From the data below, repeat exactly the lines from the line with "#27=IFCINDEXEDPOLYGONALFACE((2,6,8,4));" to the line with "#29=IFCINDEXEDPOLYGONALFACE((5,7,8,6));", both included.

----------------

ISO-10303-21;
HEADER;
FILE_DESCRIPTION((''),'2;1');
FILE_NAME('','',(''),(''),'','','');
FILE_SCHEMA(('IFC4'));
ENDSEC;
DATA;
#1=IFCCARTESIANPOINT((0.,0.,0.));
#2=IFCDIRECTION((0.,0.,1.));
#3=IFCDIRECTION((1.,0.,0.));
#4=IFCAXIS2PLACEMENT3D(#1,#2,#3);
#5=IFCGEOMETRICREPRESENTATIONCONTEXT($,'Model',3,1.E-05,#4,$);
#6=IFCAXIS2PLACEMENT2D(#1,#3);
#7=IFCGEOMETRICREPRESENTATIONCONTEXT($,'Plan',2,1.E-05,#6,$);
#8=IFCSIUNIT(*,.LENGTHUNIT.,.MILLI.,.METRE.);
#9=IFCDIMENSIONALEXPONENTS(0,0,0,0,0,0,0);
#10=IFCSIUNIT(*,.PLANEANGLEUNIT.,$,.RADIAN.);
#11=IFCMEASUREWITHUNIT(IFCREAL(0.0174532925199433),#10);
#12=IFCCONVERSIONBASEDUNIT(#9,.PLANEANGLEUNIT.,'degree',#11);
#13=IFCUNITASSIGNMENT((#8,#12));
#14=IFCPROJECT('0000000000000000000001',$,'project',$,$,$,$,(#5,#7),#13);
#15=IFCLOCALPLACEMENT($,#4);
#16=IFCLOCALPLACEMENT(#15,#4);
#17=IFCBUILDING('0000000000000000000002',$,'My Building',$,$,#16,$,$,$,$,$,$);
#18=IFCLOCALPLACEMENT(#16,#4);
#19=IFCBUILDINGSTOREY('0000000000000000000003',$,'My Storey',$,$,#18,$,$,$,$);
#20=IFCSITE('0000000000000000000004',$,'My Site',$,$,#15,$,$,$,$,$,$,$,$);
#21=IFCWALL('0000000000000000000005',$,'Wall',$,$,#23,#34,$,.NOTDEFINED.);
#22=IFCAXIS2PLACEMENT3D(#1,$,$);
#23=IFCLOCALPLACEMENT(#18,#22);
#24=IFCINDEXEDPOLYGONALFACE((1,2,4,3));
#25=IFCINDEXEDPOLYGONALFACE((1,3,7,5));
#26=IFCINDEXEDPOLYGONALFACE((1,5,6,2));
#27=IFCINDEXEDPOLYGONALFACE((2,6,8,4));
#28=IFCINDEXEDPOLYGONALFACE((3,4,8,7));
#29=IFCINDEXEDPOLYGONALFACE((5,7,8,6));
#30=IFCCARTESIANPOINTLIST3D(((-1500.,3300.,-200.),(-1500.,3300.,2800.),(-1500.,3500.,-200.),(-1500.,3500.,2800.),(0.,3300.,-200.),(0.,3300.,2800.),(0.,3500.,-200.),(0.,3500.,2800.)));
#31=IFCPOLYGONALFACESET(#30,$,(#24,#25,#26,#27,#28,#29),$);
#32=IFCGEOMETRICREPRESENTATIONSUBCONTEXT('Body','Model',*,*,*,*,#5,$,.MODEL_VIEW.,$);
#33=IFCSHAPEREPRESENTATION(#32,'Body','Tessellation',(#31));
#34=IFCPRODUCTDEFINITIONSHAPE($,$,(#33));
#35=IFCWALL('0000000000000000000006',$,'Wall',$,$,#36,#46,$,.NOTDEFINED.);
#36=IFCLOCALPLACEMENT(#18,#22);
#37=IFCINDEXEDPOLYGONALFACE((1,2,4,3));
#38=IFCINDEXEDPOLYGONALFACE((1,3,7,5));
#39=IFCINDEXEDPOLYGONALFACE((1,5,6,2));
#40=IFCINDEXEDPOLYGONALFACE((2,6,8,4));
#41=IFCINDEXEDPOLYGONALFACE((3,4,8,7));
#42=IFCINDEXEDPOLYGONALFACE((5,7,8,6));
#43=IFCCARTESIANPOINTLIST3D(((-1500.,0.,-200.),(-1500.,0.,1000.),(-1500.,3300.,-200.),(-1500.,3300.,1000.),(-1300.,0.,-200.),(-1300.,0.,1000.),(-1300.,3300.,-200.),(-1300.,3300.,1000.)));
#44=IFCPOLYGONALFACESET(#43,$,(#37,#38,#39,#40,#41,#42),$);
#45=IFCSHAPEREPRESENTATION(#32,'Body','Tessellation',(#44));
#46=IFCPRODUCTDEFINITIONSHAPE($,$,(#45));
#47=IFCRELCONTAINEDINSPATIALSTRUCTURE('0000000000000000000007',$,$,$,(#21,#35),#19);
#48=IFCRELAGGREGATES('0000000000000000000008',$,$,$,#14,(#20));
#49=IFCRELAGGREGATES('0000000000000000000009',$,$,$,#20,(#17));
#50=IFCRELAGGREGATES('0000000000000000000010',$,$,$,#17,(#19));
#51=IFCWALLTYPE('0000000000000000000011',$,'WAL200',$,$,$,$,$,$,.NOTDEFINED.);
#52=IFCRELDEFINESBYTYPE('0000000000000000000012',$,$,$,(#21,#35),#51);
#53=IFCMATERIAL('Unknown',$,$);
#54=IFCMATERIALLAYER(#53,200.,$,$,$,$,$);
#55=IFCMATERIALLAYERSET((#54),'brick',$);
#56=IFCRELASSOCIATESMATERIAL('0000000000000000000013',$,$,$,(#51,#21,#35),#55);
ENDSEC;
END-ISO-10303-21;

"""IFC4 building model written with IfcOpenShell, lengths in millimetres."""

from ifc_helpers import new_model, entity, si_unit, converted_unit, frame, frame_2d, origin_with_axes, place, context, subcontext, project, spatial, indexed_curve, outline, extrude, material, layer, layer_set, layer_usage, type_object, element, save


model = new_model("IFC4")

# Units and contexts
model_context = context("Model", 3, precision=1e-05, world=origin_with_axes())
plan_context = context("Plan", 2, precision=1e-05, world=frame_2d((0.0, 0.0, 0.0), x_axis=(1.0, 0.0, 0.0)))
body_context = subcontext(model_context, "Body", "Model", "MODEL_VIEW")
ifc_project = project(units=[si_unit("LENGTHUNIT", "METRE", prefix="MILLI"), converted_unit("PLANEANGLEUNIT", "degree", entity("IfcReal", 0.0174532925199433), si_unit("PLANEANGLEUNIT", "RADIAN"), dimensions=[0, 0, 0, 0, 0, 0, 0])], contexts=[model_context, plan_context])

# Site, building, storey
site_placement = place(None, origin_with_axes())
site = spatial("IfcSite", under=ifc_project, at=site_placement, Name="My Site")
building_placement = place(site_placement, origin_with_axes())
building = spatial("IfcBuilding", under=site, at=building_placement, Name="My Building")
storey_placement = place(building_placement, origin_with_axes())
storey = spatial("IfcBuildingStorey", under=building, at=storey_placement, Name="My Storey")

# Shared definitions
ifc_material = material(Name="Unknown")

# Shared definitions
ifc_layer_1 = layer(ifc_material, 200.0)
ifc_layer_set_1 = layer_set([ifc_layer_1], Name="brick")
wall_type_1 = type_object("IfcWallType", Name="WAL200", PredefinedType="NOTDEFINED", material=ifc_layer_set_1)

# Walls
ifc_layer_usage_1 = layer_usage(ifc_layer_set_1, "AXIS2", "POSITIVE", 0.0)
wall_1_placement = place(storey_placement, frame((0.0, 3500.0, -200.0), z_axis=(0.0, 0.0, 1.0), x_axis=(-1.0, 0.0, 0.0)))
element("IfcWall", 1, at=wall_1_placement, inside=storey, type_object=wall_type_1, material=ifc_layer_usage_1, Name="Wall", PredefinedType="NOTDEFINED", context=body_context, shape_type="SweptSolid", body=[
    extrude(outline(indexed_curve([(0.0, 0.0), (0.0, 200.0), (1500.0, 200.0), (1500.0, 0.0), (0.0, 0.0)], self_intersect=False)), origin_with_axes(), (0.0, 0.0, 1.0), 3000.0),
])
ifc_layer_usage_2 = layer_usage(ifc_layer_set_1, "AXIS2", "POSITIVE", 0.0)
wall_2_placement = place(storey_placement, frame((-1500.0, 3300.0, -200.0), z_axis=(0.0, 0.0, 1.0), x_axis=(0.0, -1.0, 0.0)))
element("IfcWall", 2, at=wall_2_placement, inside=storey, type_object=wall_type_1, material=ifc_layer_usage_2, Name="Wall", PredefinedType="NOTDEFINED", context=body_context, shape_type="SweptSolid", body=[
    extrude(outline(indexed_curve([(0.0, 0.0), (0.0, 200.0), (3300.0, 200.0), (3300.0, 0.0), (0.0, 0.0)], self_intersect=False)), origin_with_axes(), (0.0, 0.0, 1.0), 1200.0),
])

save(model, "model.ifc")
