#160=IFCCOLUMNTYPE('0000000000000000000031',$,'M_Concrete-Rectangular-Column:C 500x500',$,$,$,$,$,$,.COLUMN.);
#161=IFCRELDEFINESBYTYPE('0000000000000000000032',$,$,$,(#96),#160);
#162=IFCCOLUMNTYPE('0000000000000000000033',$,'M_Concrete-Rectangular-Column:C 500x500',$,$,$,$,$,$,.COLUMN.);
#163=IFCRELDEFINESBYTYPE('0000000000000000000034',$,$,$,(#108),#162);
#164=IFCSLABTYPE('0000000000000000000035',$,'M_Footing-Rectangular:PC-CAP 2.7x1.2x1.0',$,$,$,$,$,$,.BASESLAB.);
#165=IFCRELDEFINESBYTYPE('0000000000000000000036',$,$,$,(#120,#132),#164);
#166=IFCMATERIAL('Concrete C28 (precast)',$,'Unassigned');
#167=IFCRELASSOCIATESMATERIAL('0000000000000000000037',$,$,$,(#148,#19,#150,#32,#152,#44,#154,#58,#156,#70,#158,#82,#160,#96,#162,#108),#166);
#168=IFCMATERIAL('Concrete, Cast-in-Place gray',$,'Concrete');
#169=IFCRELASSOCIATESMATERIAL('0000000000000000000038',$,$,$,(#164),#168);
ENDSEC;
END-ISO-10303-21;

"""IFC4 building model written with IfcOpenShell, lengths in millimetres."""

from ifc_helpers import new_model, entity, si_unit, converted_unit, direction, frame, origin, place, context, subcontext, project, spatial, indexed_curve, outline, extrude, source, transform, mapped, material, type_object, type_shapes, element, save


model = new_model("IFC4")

----------------

• [Written response]:
#27=IFCINDEXEDPOLYGONALFACE((2,6,8,4));
#28=IFCINDEXEDPOLYGONALFACE((3,4,8,7));
#29=IFCINDEXEDPOLYGONALFACE((5,7,8,6));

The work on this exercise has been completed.